Record excerpts ▸
□ □ □ □ □ □ □

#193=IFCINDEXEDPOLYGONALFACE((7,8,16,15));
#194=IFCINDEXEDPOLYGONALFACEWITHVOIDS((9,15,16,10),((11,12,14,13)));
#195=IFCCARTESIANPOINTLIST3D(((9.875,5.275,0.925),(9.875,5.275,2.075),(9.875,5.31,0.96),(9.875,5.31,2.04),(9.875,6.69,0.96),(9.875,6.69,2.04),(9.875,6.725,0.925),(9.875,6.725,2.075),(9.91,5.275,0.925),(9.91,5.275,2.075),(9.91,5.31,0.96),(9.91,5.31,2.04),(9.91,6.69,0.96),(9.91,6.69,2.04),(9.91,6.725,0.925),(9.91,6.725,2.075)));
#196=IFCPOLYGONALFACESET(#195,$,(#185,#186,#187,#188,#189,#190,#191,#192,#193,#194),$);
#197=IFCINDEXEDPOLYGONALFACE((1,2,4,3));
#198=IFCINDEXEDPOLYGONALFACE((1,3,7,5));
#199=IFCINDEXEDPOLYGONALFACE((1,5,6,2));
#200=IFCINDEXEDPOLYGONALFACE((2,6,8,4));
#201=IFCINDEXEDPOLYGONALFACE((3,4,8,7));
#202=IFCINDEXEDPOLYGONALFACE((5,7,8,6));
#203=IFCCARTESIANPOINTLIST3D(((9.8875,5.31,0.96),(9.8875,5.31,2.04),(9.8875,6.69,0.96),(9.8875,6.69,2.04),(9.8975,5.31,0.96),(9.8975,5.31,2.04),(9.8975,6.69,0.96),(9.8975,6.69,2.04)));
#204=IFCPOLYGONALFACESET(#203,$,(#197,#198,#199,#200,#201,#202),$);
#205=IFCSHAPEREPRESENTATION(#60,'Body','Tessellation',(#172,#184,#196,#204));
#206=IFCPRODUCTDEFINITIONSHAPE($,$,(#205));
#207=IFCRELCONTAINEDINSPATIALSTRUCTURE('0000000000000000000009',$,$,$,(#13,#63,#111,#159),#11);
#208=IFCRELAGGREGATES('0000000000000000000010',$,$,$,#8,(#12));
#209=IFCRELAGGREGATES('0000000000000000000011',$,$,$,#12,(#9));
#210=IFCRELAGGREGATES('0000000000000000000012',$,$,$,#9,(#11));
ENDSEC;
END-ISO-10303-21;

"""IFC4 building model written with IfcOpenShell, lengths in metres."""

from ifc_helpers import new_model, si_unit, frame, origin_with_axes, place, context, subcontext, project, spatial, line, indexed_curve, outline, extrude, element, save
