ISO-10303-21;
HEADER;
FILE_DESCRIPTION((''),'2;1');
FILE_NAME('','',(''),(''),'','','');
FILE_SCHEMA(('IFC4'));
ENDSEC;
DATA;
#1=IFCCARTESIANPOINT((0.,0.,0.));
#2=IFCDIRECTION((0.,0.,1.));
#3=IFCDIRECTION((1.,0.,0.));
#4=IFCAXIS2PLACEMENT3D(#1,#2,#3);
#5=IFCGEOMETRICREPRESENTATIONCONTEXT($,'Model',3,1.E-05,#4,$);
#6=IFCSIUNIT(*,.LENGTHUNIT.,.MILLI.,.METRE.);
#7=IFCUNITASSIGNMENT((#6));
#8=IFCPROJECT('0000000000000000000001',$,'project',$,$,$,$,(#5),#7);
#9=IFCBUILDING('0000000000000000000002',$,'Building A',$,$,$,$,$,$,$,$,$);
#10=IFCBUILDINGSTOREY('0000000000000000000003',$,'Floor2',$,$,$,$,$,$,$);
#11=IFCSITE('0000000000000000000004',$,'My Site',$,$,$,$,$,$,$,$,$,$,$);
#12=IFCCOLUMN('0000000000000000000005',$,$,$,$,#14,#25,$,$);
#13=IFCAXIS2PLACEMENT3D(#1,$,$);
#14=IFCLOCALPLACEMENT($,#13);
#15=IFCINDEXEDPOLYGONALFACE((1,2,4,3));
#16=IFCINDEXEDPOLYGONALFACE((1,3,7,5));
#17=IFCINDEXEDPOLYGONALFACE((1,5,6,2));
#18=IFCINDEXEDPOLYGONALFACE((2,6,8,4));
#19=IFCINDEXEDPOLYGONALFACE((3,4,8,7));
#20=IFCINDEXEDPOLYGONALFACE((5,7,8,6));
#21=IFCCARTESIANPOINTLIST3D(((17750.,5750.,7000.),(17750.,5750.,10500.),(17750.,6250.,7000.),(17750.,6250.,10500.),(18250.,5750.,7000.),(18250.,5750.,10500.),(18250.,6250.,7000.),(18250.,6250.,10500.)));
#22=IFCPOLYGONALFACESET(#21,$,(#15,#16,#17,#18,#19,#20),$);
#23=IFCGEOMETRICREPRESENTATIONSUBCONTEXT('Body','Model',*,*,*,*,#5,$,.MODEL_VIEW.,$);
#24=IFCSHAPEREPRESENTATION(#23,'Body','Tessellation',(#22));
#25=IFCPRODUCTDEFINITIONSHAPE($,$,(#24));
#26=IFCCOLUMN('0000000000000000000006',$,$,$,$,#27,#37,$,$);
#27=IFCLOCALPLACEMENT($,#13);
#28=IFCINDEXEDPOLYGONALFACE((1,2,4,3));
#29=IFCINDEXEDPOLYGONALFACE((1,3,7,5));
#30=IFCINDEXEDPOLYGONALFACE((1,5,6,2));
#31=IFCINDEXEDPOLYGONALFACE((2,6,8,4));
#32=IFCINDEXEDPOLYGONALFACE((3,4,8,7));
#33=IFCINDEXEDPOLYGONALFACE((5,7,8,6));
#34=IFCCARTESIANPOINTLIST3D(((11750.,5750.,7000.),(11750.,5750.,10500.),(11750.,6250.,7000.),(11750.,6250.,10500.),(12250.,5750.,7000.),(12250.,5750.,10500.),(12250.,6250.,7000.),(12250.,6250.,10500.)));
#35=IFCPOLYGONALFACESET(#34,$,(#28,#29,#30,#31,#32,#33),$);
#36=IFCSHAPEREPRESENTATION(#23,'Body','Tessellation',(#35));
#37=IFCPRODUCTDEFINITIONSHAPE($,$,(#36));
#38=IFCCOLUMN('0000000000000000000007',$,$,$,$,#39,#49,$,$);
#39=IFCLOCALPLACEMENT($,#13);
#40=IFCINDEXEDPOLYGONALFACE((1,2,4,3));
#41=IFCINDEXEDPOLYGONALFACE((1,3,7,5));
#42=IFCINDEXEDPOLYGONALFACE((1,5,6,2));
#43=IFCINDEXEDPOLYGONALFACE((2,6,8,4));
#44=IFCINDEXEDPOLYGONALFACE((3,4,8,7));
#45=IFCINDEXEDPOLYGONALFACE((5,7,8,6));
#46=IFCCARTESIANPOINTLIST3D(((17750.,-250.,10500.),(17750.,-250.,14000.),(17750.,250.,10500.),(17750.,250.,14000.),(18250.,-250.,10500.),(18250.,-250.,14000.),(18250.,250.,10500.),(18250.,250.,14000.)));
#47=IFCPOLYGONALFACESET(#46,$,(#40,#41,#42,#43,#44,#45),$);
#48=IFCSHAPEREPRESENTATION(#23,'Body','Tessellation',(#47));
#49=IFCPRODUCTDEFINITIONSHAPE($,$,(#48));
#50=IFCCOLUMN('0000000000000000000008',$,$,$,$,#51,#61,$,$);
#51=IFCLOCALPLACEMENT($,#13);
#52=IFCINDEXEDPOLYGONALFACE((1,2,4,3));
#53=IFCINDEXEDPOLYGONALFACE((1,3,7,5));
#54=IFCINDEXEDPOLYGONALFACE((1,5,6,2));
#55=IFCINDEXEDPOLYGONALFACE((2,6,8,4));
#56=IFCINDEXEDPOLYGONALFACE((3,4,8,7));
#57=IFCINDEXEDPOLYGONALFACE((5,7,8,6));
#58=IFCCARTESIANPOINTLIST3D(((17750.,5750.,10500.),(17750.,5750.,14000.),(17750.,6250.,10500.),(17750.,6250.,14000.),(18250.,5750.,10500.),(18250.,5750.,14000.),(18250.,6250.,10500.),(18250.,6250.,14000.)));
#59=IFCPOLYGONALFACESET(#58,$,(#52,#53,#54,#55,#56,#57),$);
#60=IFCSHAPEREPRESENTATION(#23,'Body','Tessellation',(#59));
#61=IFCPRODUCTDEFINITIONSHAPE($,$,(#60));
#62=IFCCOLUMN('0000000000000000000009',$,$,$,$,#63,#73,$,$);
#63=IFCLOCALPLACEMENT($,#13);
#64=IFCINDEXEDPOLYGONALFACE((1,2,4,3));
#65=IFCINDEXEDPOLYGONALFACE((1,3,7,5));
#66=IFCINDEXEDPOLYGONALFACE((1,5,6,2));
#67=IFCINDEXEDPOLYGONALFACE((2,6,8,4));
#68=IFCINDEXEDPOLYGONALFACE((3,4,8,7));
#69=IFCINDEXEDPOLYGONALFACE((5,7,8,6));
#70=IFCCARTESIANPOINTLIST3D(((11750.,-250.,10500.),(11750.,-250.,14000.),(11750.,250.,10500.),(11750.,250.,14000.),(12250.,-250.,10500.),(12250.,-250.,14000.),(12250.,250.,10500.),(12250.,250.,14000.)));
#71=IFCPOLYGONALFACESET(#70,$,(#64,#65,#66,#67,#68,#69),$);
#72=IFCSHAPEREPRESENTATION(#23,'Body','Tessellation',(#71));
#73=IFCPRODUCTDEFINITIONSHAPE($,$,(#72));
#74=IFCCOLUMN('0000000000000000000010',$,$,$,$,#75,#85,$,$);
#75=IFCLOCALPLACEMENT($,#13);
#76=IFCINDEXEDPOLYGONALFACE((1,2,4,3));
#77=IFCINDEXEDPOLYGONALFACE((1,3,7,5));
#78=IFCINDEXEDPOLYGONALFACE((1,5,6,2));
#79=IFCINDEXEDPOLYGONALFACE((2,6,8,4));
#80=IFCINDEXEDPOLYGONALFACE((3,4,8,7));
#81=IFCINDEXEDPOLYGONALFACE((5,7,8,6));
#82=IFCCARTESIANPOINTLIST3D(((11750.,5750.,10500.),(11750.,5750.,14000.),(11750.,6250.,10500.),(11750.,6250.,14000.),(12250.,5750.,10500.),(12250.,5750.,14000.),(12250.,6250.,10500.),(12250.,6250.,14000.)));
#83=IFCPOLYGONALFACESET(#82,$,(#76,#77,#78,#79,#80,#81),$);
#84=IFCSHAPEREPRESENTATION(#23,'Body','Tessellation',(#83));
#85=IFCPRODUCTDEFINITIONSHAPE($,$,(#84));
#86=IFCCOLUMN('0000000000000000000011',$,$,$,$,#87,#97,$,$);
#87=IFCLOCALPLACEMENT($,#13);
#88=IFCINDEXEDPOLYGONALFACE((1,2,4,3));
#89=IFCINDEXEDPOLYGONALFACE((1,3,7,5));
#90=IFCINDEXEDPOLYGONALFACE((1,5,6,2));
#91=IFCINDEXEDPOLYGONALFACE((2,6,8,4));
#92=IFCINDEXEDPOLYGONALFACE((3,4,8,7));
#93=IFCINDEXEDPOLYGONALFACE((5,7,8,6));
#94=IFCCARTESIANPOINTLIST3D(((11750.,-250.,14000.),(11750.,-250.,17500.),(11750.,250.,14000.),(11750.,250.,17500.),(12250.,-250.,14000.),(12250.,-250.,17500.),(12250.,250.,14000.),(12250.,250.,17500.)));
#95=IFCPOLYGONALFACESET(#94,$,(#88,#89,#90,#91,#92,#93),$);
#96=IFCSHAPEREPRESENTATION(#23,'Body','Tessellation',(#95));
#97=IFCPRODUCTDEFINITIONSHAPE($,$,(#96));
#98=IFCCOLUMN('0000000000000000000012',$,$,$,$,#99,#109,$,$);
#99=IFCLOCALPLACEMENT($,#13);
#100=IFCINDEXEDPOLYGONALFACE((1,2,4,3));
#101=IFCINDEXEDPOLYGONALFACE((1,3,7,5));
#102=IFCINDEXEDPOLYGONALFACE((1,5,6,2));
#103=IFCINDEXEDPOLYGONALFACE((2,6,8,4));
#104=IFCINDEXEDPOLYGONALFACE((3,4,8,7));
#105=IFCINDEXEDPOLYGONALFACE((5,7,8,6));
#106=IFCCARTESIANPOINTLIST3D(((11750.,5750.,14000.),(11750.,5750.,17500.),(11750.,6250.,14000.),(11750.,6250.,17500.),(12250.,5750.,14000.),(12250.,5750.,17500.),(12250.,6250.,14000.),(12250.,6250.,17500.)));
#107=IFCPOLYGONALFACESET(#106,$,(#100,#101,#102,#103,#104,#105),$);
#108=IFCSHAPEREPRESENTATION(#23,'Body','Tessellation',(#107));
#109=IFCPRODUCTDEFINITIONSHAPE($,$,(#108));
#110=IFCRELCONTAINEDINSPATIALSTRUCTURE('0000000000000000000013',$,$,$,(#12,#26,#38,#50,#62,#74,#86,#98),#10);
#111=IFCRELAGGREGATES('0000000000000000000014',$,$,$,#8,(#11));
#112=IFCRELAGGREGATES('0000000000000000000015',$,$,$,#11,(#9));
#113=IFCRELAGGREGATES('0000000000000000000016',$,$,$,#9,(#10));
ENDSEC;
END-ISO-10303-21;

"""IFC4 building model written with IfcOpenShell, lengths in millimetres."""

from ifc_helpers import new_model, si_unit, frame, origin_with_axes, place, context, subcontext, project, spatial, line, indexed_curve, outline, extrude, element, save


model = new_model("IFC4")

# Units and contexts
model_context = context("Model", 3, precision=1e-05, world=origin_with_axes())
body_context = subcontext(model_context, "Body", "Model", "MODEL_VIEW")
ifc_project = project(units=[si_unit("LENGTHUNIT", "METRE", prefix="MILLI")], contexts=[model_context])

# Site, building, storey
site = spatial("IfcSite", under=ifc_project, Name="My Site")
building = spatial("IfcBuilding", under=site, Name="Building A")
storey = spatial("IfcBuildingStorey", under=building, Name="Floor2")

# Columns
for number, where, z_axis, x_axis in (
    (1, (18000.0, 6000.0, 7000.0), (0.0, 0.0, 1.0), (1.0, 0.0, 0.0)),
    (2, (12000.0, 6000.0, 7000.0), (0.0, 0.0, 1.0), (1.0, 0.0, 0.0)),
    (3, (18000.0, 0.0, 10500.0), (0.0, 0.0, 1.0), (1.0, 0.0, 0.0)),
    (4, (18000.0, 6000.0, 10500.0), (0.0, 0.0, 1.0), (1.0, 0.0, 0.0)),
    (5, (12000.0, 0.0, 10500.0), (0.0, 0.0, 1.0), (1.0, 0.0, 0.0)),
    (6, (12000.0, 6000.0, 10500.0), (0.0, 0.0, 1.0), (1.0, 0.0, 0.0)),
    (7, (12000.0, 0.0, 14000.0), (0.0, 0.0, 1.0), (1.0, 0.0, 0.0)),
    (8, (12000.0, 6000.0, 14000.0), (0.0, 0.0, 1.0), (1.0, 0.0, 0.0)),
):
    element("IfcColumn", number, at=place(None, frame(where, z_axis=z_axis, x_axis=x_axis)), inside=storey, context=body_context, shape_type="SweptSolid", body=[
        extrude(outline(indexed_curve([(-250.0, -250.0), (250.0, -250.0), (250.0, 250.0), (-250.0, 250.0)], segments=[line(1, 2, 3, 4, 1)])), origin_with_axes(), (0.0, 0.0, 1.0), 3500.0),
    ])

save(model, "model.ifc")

□ □ □ □ □ □ □

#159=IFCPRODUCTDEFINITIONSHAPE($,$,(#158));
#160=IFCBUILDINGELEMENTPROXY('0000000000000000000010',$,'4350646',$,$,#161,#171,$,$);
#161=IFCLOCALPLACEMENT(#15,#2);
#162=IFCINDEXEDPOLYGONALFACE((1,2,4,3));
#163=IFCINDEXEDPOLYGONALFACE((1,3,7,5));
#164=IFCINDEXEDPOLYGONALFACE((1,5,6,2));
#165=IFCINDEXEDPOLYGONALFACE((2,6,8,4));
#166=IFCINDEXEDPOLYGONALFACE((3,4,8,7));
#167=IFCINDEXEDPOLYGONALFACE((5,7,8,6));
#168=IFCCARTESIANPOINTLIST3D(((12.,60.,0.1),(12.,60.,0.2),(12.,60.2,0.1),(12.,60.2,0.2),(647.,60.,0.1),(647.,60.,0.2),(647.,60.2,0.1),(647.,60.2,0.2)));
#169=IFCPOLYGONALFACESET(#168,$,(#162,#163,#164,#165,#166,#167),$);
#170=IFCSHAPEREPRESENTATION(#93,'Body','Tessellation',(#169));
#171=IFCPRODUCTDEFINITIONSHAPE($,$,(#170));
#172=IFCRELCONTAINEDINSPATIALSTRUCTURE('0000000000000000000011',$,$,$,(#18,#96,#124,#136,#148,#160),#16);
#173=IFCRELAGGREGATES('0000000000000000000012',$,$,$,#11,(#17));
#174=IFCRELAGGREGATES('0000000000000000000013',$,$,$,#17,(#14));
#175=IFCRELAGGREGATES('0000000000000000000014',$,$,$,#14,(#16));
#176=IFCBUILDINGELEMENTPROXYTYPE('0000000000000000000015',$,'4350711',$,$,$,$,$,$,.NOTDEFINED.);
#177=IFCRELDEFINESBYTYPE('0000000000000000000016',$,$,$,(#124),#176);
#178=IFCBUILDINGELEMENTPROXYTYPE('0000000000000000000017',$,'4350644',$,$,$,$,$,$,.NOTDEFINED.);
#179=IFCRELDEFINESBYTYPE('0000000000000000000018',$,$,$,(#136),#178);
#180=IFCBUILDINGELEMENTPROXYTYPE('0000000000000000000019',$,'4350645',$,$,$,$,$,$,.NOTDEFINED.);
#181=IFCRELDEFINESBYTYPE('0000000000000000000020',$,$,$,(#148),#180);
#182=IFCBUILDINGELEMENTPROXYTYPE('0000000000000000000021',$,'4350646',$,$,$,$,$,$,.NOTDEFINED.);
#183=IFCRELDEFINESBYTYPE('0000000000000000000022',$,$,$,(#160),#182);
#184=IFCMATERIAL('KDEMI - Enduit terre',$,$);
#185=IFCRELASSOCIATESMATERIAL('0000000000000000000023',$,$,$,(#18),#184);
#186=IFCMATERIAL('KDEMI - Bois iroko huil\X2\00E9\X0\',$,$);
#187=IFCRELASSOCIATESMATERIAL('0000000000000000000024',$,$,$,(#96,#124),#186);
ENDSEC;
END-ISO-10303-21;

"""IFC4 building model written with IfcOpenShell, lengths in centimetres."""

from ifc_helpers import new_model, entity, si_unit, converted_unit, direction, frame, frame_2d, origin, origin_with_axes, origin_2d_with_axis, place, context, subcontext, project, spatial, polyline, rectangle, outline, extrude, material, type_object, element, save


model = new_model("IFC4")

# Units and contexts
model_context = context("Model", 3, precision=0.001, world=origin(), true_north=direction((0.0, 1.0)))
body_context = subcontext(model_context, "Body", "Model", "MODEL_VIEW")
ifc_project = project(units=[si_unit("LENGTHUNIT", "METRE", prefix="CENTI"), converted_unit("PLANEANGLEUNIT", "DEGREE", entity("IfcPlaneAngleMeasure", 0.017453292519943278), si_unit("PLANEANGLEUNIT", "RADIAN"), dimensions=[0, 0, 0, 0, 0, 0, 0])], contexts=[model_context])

□ □ □ □ □ □ □

Work task ▸ Locate all lines in the listing above with the word "IFCRELASSOCIATESMATERIAL". Copy them.

The answer ▸
#185=IFCRELASSOCIATESMATERIAL('0000000000000000000023',$,$,$,(#18),#184);
#187=IFCRELASSOCIATESMATERIAL('0000000000000000000024',$,$,$,(#96,#124),#186);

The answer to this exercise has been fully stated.